Wir stehen gegenwärtig vor besonders schwierigen Verhältnissen. Das Zurückströmen großer verschiedenartiger Mannschaftsmengen in die Garnison, während auf der anderen Seite keine Entlassungen stattfinden, ist geeignet die Manneszucht weiterhin ungünstig zu beeinflussen. Umsomehr ist es Pflicht der Vorgesetzten, ihre ganze Kraft für die Aufrechterhaltung eines guten Geistes in der Truppe einzusetzen. Der Geist der Vorgesetzten ist der Geist der Truppe.

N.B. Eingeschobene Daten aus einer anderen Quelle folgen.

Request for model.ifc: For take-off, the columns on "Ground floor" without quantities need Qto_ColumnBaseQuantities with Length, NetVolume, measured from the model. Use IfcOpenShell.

First a look at what the model holds.

```python
import ifcopenshell
import ifcopenshell.util.element
import ifcopenshell.util.unit

model = ifcopenshell.open("model.ifc")
print(model.schema)
for unit_type in ("LENGTHUNIT", "AREAUNIT", "VOLUMEUNIT"):
    print(unit_type, ifcopenshell.util.unit.calculate_unit_scale(model, unit_type))
storey = next(s for s in model.by_type("IfcBuildingStorey") if s.Name == "Ground floor")
columns = [e for e in ifcopenshell.util.element.get_decomposition(storey) if e.is_a("IfcColumn")]
for e in sorted(columns, key=lambda e: e.id()):
    print(e.id(), e.is_a(), e.Name, list(ifcopenshell.util.element.get_psets(e, qtos_only=True)), sep=" | ")
```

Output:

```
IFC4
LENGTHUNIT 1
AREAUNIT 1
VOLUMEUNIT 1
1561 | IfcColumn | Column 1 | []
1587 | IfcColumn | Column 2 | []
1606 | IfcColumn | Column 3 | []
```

```python
import ifcopenshell
import ifcopenshell.api.pset
import ifcopenshell.geom
import ifcopenshell.util.element
import ifcopenshell.util.shape
import ifcopenshell.util.unit

model = ifcopenshell.open("model.ifc")
unit_scale = ifcopenshell.util.unit.calculate_unit_scale(model)
volume_scale = ifcopenshell.util.unit.calculate_unit_scale(model, "VOLUMEUNIT")
settings = ifcopenshell.geom.settings()

storey = next(s for s in model.by_type("IfcBuildingStorey") if s.Name == "Ground floor")
columns = [e for e in ifcopenshell.util.element.get_decomposition(storey) if e.is_a("IfcColumn")]

for e in sorted(columns, key=lambda e: e.id()):
    if ifcopenshell.util.element.get_psets(e, qtos_only=True, should_inherit=False):
        continue
    # Geometry comes back in metres, in the element's own axes.
    shape = ifcopenshell.geom.create_shape(settings, e)
    values = {
        "Length": ifcopenshell.util.shape.get_z(shape.geometry) / unit_scale,
        "NetVolume": ifcopenshell.util.shape.get_volume(shape.geometry) / volume_scale,
    }
    qto = ifcopenshell.api.pset.add_qto(model, product=e, name="Qto_ColumnBaseQuantities")
    ifcopenshell.api.pset.edit_qto(model, qto=qto, properties=values)
    print(e.id(), {k: round(v, 3) for k, v in values.items()})

model.write("model_updated.ifc")
```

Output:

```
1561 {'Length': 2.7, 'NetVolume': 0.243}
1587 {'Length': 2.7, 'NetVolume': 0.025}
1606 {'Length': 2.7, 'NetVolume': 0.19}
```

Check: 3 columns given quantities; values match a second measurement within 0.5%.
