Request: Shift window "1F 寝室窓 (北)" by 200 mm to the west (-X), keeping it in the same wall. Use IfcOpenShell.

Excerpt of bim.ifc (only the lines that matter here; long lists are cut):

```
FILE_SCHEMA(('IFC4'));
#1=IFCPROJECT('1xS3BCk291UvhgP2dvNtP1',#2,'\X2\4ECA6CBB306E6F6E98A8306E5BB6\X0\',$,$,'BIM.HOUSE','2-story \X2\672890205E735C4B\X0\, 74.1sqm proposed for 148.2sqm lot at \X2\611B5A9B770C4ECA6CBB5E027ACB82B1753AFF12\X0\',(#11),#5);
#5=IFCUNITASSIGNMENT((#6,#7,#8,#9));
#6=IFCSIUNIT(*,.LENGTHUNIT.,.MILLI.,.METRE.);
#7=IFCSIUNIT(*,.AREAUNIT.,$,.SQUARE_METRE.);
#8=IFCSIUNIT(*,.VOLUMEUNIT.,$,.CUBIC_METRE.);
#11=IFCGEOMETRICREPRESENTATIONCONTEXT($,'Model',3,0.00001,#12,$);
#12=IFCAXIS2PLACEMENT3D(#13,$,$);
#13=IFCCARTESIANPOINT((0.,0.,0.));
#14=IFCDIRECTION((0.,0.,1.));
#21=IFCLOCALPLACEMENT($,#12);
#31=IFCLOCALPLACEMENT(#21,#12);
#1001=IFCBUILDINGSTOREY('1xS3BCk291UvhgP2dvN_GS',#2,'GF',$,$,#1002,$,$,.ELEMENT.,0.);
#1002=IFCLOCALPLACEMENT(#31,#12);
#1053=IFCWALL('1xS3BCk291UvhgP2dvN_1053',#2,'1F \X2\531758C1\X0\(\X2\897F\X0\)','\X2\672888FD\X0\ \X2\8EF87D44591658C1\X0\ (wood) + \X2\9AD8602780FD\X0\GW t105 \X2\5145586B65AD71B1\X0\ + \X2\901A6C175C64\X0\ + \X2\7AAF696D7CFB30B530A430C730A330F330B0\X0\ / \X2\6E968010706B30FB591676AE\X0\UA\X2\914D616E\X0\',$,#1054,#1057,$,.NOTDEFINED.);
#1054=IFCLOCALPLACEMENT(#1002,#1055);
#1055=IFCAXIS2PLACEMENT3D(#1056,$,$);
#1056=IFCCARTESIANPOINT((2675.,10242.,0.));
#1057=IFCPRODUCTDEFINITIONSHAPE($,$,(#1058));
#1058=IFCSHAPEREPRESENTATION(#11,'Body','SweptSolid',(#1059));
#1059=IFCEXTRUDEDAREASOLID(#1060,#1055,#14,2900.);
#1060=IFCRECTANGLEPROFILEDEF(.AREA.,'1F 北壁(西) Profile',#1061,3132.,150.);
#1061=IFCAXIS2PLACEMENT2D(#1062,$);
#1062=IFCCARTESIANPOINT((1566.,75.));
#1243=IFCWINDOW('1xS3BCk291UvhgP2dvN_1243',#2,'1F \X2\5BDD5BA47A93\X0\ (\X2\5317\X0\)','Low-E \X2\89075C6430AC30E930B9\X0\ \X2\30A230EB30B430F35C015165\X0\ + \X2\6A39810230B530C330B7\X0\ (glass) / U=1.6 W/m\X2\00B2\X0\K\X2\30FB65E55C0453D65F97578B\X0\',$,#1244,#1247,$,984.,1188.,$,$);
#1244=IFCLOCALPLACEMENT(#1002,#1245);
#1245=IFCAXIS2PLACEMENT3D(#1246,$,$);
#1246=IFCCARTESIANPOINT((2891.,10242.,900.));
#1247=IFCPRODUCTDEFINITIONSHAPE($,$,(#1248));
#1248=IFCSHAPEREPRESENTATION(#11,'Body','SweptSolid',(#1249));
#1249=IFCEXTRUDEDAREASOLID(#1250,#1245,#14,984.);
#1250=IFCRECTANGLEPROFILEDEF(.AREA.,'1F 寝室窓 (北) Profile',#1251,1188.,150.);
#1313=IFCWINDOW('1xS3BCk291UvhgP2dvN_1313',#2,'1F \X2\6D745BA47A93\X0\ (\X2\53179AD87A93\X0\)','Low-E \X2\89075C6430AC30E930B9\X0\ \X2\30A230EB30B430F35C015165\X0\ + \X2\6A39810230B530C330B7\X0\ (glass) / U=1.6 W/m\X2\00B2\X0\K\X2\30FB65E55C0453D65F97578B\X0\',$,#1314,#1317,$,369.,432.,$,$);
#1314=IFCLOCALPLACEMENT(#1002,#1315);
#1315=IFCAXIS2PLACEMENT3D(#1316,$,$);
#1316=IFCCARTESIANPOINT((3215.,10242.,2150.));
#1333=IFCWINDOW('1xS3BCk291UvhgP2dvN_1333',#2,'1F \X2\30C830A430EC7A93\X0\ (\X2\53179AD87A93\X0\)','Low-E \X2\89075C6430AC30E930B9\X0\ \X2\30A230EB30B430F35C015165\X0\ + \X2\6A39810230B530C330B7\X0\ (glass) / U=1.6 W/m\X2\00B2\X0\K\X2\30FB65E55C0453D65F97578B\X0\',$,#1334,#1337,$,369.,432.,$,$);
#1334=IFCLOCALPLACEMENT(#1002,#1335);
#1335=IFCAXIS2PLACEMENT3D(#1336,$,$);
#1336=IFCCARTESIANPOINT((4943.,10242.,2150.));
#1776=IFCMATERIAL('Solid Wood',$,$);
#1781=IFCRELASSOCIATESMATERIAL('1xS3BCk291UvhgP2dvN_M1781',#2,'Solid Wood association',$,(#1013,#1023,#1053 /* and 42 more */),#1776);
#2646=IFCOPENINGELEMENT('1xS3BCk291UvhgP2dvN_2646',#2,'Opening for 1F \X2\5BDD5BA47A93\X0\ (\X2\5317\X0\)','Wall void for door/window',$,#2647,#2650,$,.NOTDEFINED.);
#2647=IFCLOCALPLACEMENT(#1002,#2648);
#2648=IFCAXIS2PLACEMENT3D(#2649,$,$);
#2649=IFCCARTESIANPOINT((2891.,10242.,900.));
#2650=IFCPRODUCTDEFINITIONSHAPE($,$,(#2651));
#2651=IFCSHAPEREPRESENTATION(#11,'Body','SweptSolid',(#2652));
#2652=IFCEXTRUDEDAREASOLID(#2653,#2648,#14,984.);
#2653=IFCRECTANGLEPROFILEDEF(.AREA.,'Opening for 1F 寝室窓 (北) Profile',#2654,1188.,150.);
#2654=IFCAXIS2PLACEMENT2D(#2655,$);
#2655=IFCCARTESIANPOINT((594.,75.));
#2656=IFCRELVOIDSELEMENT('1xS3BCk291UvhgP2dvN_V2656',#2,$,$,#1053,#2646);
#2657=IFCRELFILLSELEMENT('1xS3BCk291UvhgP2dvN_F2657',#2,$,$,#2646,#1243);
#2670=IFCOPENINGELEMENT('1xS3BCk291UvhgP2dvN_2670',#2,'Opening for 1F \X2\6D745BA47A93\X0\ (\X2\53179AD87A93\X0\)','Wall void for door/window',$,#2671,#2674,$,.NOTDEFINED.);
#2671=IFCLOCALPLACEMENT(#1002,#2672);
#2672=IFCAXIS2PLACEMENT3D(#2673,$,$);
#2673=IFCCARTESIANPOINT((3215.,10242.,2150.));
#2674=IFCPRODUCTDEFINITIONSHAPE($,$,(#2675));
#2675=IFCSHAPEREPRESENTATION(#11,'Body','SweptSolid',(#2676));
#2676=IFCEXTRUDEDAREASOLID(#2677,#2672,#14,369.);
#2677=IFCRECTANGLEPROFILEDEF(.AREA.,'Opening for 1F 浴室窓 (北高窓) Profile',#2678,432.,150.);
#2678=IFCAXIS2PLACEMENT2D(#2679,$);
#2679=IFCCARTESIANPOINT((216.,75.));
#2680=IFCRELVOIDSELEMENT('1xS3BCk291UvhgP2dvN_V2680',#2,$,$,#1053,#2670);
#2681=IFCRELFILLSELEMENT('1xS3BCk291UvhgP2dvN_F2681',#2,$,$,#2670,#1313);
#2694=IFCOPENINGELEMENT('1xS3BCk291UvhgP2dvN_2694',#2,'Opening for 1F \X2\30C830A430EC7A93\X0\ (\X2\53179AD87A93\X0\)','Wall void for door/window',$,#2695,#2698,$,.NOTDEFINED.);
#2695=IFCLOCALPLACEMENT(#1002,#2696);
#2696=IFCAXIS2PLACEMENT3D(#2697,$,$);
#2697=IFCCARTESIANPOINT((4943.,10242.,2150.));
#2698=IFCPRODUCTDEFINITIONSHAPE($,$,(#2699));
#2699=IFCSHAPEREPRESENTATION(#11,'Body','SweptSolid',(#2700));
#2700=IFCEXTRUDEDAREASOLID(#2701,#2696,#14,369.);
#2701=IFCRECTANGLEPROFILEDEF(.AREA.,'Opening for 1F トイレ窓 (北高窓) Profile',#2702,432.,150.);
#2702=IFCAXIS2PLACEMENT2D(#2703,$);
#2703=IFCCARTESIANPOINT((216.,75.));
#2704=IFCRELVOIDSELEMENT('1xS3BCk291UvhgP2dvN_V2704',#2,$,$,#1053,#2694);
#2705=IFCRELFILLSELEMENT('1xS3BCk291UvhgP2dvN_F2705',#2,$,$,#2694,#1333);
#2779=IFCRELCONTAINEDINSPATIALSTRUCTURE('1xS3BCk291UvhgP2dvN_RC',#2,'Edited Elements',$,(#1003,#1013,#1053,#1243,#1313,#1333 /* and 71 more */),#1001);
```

```python
import ifcopenshell
import ifcopenshell.api.geometry
import ifcopenshell.util.placement
import ifcopenshell.util.unit

model = ifcopenshell.open("bim.ifc")
unit_scale = ifcopenshell.util.unit.calculate_unit_scale(model)

window = model.by_guid("1xS3BCk291UvhgP2dvN_1243")
opening = window.FillsVoids[0].RelatingOpeningElement
wall = opening.VoidsElements[0].RelatingBuildingElement

wall_matrix = ifcopenshell.util.placement.get_local_placement(wall.ObjectPlacement)
shift = wall_matrix[:3, 0] * -0.2 / unit_scale
before = ifcopenshell.util.placement.get_local_placement(window.ObjectPlacement)[:3, 3].copy()

# The window is not placed relative to its opening, so move both.
for product in (opening, window):
    matrix = ifcopenshell.util.placement.get_local_placement(product.ObjectPlacement)
    matrix[:3, 3] += shift
    ifcopenshell.api.geometry.edit_object_placement(model, product=product, matrix=matrix, is_si=False)

after = ifcopenshell.util.placement.get_local_placement(window.ObjectPlacement)[:3, 3]
print("window moved by", (after - before).round(3) + 0.0)

model.write("bim_rev.ifc")
```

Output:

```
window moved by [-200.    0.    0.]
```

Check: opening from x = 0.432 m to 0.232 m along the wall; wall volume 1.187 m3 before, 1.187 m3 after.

Der erste Träger eines gesunden Geistes und einer straffen Manneszucht ist an Land der Kompagnieführer. Streng, aber gerecht im Dienst, wohlwollen außer Dienst, soll er durch seine Persönlichkeit und das eigene gute Beispiel in und außer Dienst auf seine Untergebenen einzuwirken unermüdlich bestrebt sein. Das setzt voraus, dass er seinen Leuten nahe steht. Ich habe den Eindruck gewonnen (zuletzt bei den Mannschaftsbesichtigungen in diesem Monat), daß dies nicht überall der Fall ist, daß der Kompagnieführer sich zu sehr auf die Erledigung des Bürodienstes beschränkt und darüber die lebendige und dauernde Fühlungnahme mit seinen Leuten außer Acht läßt.
Der Abteilungskommandeur wie der Divisionskommandeur müssen ebenfalls täglich Zeit finden, sich über die richtige Handhabung des praktischen Dienstes ihrer unterstellten Truppenteile durch persönliches Nachprüfen und wo notwendig Nachhelfen Sicherheit zu verschaffen. Ihre persönliche Einwirkung auf die Truppe ist von höchstem Wert.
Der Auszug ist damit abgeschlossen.